Kay Dee
Contributor
What an excellent article! Thanks for posting that link! Every aspiring 'tech diver' should be made (forced even) to read that at the start of each course (and truthfully self-examine just why they are getting into what their are).
And just as a parallel to that article; I did two years of OC trimix diving before I became a trimix instructor. After all, when experience counts, count on experience was my motto. By the same token, I got my first CCR in 1999, a Mk15.5. In the ten years prior to that I had been doing ever increasing length and depth OC deco dives, often in the 100m and somewhat deeper range. I then did 100, yes one hundred, dives on my CCR before I ever did a single deco dive on it (although towards the end of that familiarization regime I was performing 'simulated' deco dives, just to 'get ready' for what was to come). Overkill you may say, but I called it familiarization and ingraining new CCR related habits into 'muscle memory' (so when push came to shove - as I knew it would - they could be performed religiously without thought). And in the years since I can't recall ever having a problem U/W I could not handle / solve myself, and have habitually dived either intentionally solo, or same-ocean-buddy solo, on 95% of the dives I did on CCR (and that is thousands of hours).

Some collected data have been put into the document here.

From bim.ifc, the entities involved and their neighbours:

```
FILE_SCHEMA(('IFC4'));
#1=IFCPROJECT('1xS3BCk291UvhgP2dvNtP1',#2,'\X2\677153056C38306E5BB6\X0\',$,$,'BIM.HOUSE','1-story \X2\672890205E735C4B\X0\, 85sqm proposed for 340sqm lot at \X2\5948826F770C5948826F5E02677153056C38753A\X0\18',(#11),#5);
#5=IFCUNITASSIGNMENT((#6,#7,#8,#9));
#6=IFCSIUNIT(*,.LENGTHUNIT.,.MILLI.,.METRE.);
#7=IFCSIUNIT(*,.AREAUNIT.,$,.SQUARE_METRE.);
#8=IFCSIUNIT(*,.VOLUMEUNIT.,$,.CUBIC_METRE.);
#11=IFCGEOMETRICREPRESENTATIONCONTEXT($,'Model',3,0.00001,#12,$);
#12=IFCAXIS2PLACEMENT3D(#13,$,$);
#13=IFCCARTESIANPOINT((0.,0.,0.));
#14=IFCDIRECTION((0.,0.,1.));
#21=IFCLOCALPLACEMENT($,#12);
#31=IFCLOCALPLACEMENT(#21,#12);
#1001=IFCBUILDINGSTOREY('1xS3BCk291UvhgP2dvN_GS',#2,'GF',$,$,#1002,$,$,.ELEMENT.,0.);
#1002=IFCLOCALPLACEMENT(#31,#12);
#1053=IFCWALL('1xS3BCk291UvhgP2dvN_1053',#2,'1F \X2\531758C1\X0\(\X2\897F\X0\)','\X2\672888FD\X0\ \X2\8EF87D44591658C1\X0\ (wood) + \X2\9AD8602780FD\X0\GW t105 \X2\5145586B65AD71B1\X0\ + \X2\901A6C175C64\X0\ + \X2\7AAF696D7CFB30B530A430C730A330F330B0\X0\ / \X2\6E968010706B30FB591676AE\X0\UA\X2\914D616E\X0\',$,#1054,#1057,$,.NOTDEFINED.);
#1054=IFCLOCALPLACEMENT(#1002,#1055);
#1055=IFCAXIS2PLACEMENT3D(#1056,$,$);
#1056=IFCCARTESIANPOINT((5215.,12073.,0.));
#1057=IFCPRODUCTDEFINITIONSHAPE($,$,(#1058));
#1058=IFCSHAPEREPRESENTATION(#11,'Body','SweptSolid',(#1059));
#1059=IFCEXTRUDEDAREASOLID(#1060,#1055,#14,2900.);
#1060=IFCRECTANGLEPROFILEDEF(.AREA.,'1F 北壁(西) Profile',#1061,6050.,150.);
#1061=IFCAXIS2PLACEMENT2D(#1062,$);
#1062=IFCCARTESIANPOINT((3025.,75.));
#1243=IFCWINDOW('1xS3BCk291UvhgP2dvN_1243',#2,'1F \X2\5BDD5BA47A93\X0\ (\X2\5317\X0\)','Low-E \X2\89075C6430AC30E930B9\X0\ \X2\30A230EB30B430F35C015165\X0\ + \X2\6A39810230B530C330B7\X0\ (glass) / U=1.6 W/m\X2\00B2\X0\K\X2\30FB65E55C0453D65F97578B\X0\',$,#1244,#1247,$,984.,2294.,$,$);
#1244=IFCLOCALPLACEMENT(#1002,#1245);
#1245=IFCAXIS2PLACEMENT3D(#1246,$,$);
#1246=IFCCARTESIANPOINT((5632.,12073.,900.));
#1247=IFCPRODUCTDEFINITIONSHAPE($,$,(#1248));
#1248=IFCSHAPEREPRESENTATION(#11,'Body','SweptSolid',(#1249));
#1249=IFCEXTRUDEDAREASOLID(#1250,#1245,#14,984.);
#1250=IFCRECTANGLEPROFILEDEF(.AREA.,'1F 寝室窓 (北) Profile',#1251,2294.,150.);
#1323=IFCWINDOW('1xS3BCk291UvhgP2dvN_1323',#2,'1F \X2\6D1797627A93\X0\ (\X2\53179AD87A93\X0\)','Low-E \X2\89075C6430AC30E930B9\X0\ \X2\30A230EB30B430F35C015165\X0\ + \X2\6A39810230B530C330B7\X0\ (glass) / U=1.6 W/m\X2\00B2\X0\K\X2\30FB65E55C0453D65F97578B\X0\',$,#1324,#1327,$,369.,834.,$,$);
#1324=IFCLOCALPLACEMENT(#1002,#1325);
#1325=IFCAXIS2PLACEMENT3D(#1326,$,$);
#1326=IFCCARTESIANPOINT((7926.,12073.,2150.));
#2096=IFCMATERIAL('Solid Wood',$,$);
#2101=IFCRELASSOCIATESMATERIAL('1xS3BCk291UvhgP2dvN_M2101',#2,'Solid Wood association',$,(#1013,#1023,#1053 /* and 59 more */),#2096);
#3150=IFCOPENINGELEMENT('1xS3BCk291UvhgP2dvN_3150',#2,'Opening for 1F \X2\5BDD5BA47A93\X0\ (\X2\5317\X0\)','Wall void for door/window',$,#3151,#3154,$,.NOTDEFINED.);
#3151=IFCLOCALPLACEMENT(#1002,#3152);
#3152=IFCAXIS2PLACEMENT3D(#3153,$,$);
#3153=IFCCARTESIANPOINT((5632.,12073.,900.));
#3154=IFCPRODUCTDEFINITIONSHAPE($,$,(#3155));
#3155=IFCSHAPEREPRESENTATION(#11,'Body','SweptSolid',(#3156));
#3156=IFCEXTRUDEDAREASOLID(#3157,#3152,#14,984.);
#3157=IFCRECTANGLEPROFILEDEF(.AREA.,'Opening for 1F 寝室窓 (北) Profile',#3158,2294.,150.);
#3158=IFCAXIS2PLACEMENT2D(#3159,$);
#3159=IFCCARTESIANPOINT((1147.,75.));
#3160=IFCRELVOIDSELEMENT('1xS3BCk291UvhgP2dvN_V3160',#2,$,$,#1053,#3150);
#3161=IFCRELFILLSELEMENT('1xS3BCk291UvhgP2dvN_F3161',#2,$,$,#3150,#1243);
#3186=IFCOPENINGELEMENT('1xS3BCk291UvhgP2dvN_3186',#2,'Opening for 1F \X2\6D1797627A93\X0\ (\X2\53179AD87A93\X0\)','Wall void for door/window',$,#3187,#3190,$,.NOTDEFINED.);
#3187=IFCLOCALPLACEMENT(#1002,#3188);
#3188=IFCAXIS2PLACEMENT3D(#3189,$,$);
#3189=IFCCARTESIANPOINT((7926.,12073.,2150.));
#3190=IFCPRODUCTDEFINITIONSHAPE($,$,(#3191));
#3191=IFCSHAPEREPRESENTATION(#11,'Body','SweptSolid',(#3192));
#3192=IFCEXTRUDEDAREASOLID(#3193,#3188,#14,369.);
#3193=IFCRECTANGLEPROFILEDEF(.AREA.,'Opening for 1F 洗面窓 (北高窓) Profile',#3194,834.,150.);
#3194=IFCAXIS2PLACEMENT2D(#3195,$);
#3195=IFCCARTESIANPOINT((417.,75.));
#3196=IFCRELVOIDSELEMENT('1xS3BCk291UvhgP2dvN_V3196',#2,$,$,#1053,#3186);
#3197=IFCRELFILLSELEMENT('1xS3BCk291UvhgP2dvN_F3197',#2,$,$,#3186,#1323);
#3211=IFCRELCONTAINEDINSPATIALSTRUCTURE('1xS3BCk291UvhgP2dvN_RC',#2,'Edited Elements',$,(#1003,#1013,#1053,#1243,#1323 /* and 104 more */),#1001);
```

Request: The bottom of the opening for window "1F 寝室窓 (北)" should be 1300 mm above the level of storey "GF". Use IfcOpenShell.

```python
import numpy as np
import ifcopenshell
import ifcopenshell.api.geometry
import ifcopenshell.geom
import ifcopenshell.util.element
import ifcopenshell.util.placement
import ifcopenshell.util.shape
import ifcopenshell.util.unit

model = ifcopenshell.open("bim.ifc")
unit_scale = ifcopenshell.util.unit.calculate_unit_scale(model)

window = model.by_guid("1xS3BCk291UvhgP2dvN_1243")
opening = window.FillsVoids[0].RelatingOpeningElement
storey = ifcopenshell.util.element.get_container(window, ifc_class="IfcBuildingStorey")
level = ifcopenshell.util.placement.get_local_placement(storey.ObjectPlacement)[2, 3]

# The opening's origin need not be at the sill, so measure its lowest point.
shape = ifcopenshell.geom.create_shape(ifcopenshell.geom.settings(), opening)
bottom = ifcopenshell.util.shape.get_shape_bottom_elevation(shape, shape.geometry) / unit_scale
dz = level + 1300.0 - bottom

shift = np.array([0.0, 0.0, dz])
# The window is not placed relative to its opening, so move both.
for product in (opening, window):
    matrix = ifcopenshell.util.placement.get_local_placement(product.ObjectPlacement)
    matrix[:3, 3] += shift
    ifcopenshell.api.geometry.edit_object_placement(model, product=product, matrix=matrix, is_si=False)

print(f"moved by {dz * unit_scale:+.3f} m")

model.write("bim-out.ifc")
```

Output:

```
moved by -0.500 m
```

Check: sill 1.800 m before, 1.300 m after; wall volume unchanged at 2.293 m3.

I could rattle off a train of names, as many here could, of highly experienced OC (and some very well known) divers who are no longer with us because they thought that, once CCR certified (or even just OC trimix certified), they could go right back to doing the kind of deep ocean or long cave dives they were doing before - or saw their more experienced friends doing - and just pushed the limits of their own experience waaaaaay too far, way too soon, and paid the ultimate price; but that's another story.
Today, just as an allegory, it seems everyone wants to climb Mt Everest, no matter how inexperienced they are.